# Constant magnetic field attenuation by µ-metal (mu-metal)

I am interested in the magnetic field attenuation by µ-metal. Specifically shielding from earth's magnetic field $\boldsymbol{H}_E$ through closed cylindrical layers of such a metal, yielding an internal attenuated field $\boldsymbol{H}_A$.
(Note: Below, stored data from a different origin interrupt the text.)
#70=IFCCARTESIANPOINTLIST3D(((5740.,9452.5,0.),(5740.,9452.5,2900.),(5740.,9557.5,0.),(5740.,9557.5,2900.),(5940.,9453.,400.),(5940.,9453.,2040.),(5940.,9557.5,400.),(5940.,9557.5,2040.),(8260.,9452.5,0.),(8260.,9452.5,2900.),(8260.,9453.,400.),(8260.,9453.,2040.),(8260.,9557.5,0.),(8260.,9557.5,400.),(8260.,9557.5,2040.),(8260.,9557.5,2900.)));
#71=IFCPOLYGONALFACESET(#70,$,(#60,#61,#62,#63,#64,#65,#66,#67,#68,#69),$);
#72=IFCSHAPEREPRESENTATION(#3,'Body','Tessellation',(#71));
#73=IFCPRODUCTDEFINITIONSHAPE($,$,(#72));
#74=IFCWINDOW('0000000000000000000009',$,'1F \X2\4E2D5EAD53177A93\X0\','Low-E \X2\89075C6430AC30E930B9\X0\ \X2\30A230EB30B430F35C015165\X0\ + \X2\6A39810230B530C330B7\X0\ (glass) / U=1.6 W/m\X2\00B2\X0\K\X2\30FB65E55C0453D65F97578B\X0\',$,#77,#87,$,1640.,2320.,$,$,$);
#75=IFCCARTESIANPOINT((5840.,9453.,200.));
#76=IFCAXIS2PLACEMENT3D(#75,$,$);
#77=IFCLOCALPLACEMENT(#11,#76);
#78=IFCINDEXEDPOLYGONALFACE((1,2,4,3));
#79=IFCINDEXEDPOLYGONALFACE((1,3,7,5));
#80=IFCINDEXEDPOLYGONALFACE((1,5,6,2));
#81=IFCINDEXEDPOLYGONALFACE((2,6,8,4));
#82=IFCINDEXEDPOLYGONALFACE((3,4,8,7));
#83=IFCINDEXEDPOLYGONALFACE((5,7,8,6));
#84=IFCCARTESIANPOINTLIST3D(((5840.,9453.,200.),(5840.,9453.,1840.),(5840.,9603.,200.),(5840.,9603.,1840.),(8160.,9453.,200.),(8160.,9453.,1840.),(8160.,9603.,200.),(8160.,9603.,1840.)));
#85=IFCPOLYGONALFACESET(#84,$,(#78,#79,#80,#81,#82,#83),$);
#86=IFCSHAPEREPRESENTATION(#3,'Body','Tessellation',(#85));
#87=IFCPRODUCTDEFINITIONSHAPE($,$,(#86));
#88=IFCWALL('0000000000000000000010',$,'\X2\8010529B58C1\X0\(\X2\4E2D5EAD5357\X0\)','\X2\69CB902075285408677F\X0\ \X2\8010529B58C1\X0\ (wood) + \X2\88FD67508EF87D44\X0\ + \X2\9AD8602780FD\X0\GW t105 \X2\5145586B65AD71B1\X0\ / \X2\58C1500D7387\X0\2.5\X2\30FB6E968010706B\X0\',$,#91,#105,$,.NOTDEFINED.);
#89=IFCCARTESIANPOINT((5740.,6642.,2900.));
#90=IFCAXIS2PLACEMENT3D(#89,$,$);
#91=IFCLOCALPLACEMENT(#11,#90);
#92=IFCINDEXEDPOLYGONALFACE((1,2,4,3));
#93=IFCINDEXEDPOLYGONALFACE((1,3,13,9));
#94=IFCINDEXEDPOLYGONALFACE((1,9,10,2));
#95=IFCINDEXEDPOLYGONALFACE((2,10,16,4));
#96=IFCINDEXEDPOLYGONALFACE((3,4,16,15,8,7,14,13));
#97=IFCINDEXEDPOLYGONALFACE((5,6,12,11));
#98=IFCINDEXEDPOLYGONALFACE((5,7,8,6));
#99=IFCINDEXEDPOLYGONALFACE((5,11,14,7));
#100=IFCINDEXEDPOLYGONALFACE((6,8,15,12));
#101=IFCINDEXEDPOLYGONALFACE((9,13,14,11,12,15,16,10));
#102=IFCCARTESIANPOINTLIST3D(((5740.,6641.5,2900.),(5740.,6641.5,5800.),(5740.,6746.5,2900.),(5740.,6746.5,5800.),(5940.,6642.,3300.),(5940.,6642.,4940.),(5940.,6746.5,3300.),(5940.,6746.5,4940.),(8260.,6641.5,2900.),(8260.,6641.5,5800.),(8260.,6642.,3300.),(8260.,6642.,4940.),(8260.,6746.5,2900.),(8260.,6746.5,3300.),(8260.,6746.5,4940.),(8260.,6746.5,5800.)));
One can buy magnetic shielding from different sources and they all offer seemingly empirical equations$^1$ to calculate the shielding factor $S$ which carries the unit dB (decibel). $$S = 20\ \log_{10}\left(\frac{\boldsymbol{H}_A}{\boldsymbol{H}_E}\right)$$ If one has a cylindrical (µ-metal) encased space, the attenuation of a DC magnetic field perpendicular to the cylinder axis is for example given through $S_i$: $$S_i = \frac{\mu}{4} - \left(1-\frac{d^2_{\mathrm{inner}}}{d^2_{\mathrm{outer}}}\right) +1\ ,$$ where $\mu$ is the magnetic permeability and $\left(d_{\mathrm{outer}}-d_{\mathrm{inner}}\right)/2$ is equal to the wall thickness of the cylinder.

Furthermore they describe the combined shielding factor of a (long) cylindrical two layer shield through $S_{\mathrm{total}}$: $$S_{\mathrm{total}} = S_1S_2\left(1-\frac{d^3_2}{d^3_1}\right)+S_1+S_2\ ,$$ where $d_1$ and $d_2$ refers to the average (I'm not quite sure about this) diameter of the first and second layer, respectively.

I have searched around and couldn't really find a source or derivation of these equations. All I can find are related to AC fields. Could somebody explain the origin of the last two equations, perhaps there is a paper/publication I've overlooked?

Thanks